Data items
------------------------------------------------------------------------

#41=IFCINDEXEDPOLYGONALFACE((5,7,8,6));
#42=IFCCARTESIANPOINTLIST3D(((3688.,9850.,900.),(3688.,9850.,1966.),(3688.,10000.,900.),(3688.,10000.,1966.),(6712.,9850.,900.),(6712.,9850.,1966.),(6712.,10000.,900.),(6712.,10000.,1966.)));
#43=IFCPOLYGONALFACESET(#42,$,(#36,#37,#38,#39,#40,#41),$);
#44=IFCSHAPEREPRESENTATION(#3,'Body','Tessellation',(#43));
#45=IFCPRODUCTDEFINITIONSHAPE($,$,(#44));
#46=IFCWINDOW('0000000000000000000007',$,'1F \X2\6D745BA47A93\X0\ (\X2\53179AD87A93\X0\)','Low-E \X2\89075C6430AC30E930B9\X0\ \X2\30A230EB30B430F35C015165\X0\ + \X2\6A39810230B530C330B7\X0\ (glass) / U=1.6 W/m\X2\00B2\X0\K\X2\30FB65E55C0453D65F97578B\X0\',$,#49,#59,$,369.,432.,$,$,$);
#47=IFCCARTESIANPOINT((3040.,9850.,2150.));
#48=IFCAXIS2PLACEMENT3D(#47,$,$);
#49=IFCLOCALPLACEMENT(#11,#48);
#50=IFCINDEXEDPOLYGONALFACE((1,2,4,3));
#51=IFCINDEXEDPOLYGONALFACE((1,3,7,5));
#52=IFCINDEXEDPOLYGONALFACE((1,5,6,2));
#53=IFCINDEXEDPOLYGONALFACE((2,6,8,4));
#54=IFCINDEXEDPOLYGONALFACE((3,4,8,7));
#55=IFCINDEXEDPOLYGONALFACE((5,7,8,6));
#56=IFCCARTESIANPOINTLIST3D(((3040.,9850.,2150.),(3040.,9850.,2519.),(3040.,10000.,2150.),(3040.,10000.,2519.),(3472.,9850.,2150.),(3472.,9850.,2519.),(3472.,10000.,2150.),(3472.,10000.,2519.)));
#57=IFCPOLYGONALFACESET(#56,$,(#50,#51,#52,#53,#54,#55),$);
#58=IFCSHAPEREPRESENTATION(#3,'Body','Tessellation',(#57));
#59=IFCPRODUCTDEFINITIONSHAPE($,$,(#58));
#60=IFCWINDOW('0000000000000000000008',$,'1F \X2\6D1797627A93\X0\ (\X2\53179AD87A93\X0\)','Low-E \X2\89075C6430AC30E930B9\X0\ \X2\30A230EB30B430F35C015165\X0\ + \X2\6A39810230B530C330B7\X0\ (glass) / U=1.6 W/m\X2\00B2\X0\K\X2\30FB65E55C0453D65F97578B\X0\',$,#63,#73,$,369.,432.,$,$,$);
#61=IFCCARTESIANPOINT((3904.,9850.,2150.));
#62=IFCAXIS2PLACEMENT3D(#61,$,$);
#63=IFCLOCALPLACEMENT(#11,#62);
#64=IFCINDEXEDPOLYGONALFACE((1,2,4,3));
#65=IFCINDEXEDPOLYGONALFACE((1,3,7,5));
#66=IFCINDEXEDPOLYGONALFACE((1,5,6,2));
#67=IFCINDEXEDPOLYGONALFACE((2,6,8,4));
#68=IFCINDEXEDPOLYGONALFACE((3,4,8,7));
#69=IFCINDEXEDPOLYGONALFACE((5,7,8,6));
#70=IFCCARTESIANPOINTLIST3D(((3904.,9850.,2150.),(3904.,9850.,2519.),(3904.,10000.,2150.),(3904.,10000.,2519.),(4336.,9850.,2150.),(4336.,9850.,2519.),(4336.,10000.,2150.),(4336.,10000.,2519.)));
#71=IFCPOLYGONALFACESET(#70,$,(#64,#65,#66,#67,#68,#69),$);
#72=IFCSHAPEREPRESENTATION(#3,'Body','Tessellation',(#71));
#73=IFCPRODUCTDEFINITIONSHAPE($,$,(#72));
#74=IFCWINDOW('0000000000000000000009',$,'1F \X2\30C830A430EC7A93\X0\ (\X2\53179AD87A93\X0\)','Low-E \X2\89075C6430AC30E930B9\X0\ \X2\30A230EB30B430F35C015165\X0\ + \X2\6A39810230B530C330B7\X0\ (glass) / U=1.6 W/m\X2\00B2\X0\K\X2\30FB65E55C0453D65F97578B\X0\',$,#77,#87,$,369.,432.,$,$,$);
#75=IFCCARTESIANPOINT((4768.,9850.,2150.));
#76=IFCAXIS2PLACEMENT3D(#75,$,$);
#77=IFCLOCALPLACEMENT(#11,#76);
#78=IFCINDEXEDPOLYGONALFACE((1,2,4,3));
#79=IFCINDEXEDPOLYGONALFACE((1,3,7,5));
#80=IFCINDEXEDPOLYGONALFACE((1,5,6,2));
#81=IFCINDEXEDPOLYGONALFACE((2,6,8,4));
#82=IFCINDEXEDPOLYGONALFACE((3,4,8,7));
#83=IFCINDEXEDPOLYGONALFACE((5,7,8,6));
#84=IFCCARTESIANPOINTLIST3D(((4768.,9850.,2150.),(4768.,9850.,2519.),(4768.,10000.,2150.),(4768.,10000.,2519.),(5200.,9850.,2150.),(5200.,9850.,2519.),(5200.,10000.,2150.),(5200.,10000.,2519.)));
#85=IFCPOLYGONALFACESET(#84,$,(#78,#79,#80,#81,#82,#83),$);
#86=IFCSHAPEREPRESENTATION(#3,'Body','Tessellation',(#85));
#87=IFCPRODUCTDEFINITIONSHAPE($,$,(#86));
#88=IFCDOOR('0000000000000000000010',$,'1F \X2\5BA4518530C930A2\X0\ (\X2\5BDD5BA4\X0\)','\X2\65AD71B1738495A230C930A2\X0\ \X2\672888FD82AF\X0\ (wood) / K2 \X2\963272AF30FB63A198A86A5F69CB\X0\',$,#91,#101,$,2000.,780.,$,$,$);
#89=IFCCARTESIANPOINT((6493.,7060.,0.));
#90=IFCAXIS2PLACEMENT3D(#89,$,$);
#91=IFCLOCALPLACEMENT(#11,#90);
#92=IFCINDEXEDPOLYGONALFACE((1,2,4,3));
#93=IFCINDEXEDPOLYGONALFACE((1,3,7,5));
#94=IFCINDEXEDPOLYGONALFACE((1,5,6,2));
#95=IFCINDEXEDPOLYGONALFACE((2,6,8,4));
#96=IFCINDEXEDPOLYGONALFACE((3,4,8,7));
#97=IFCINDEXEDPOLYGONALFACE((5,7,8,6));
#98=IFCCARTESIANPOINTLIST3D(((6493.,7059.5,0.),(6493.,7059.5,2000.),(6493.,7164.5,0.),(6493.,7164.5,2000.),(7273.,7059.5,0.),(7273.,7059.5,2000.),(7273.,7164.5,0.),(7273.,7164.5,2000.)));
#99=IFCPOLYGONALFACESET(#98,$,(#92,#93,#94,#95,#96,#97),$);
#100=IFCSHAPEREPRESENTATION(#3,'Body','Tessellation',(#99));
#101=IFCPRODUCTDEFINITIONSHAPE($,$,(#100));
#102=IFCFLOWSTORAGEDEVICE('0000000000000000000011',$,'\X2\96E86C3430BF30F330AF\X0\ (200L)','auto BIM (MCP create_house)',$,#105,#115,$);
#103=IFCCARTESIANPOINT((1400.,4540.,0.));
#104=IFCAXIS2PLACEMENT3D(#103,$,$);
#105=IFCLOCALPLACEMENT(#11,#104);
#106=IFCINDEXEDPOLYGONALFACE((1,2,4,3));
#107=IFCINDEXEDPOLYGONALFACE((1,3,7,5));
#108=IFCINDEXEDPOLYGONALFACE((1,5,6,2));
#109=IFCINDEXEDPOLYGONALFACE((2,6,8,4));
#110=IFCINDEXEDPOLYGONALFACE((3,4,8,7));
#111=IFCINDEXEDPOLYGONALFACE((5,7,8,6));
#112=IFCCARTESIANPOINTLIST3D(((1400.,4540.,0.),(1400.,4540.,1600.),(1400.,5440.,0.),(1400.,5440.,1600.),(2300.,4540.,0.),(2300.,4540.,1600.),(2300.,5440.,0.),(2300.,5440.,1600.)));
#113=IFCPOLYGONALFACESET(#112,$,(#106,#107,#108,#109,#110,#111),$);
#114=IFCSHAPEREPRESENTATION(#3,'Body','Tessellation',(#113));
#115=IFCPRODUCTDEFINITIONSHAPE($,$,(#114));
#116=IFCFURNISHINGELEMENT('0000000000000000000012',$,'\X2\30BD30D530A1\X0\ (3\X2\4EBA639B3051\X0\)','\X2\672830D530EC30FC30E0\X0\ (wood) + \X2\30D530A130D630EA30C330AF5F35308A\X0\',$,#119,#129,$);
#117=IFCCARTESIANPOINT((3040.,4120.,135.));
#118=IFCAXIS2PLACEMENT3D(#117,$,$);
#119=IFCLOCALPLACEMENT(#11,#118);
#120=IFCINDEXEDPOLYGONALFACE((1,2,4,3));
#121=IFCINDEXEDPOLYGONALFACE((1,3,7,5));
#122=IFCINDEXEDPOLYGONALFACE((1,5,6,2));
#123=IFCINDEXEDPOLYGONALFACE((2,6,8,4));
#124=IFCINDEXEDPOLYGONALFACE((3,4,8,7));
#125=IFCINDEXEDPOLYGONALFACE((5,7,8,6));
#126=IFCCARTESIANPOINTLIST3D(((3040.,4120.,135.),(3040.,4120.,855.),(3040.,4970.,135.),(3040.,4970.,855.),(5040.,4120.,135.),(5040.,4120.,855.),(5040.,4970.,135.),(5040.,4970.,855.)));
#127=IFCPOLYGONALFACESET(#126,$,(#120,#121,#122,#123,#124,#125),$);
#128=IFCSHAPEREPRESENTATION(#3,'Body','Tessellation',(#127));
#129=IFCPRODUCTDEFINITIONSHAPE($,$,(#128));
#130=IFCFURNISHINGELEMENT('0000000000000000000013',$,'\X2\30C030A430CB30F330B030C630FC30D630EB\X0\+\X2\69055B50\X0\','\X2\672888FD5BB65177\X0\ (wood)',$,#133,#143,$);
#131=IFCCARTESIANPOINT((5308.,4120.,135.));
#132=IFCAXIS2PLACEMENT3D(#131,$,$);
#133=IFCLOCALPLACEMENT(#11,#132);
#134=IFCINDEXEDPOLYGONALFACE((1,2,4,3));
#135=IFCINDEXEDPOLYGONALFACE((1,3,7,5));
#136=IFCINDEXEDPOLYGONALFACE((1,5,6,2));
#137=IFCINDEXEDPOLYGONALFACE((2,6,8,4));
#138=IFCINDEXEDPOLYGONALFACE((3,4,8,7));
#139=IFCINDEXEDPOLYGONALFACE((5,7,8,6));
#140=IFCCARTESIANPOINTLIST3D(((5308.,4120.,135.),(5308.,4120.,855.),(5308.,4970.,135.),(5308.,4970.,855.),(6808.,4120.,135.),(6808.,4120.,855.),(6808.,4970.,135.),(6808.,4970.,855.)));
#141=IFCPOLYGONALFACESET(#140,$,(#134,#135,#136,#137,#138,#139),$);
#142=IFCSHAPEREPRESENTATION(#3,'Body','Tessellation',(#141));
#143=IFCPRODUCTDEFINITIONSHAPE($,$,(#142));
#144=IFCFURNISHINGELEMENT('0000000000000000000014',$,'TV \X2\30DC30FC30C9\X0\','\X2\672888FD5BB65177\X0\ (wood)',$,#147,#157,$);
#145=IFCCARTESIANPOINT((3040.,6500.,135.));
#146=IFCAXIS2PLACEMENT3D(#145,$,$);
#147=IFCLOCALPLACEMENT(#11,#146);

------------------------------------------------------------------------

In the entries above, one line contains "#72=IFCSHAPEREPRESENTATION(#3,'Body','Tessellation',(#71));" and another contains "#101=IFCPRODUCTDEFINITIONSHAPE($,$,(#100));". Reproduce exactly those two lines and the lines between them, nothing else.

**Response area**
#72=IFCSHAPEREPRESENTATION(#3,'Body','Tessellation',(#71));
#73=IFCPRODUCTDEFINITIONSHAPE($,$,(#72));
#74=IFCWINDOW('0000000000000000000009',$,'1F \X2\30C830A430EC7A93\X0\ (\X2\53179AD87A93\X0\)','Low-E \X2\89075C6430AC30E930B9\X0\ \X2\30A230EB30B430F35C015165\X0\ + \X2\6A39810230B530C330B7\X0\ (glass) / U=1.6 W/m\X2\00B2\X0\K\X2\30FB65E55C0453D65F97578B\X0\',$,#77,#87,$,369.,432.,$,$,$);
#75=IFCCARTESIANPOINT((4768.,9850.,2150.));
#76=IFCAXIS2PLACEMENT3D(#75,$,$);
#77=IFCLOCALPLACEMENT(#11,#76);
#78=IFCINDEXEDPOLYGONALFACE((1,2,4,3));
#79=IFCINDEXEDPOLYGONALFACE((1,3,7,5));
#80=IFCINDEXEDPOLYGONALFACE((1,5,6,2));
#81=IFCINDEXEDPOLYGONALFACE((2,6,8,4));
#82=IFCINDEXEDPOLYGONALFACE((3,4,8,7));
#83=IFCINDEXEDPOLYGONALFACE((5,7,8,6));
#84=IFCCARTESIANPOINTLIST3D(((4768.,9850.,2150.),(4768.,9850.,2519.),(4768.,10000.,2150.),(4768.,10000.,2519.),(5200.,9850.,2150.),(5200.,9850.,2519.),(5200.,10000.,2150.),(5200.,10000.,2519.)));
#85=IFCPOLYGONALFACESET(#84,$,(#78,#79,#80,#81,#82,#83),$);
#86=IFCSHAPEREPRESENTATION(#3,'Body','Tessellation',(#85));
#87=IFCPRODUCTDEFINITIONSHAPE($,$,(#86));
#88=IFCDOOR('0000000000000000000010',$,'1F \X2\5BA4518530C930A2\X0\ (\X2\5BDD5BA4\X0\)','\X2\65AD71B1738495A230C930A2\X0\ \X2\672888FD82AF\X0\ (wood) / K2 \X2\963272AF30FB63A198A86A5F69CB\X0\',$,#91,#101,$,2000.,780.,$,$,$);
#89=IFCCARTESIANPOINT((6493.,7060.,0.));
#90=IFCAXIS2PLACEMENT3D(#89,$,$);
#91=IFCLOCALPLACEMENT(#11,#90);
#92=IFCINDEXEDPOLYGONALFACE((1,2,4,3));
#93=IFCINDEXEDPOLYGONALFACE((1,3,7,5));
#94=IFCINDEXEDPOLYGONALFACE((1,5,6,2));
#95=IFCINDEXEDPOLYGONALFACE((2,6,8,4));
#96=IFCINDEXEDPOLYGONALFACE((3,4,8,7));
#97=IFCINDEXEDPOLYGONALFACE((5,7,8,6));
#98=IFCCARTESIANPOINTLIST3D(((6493.,7059.5,0.),(6493.,7059.5,2000.),(6493.,7164.5,0.),(6493.,7164.5,2000.),(7273.,7059.5,0.),(7273.,7059.5,2000.),(7273.,7164.5,0.),(7273.,7164.5,2000.)));
#99=IFCPOLYGONALFACESET(#98,$,(#92,#93,#94,#95,#96,#97),$);
#100=IFCSHAPEREPRESENTATION(#3,'Body','Tessellation',(#99));
#101=IFCPRODUCTDEFINITIONSHAPE($,$,(#100));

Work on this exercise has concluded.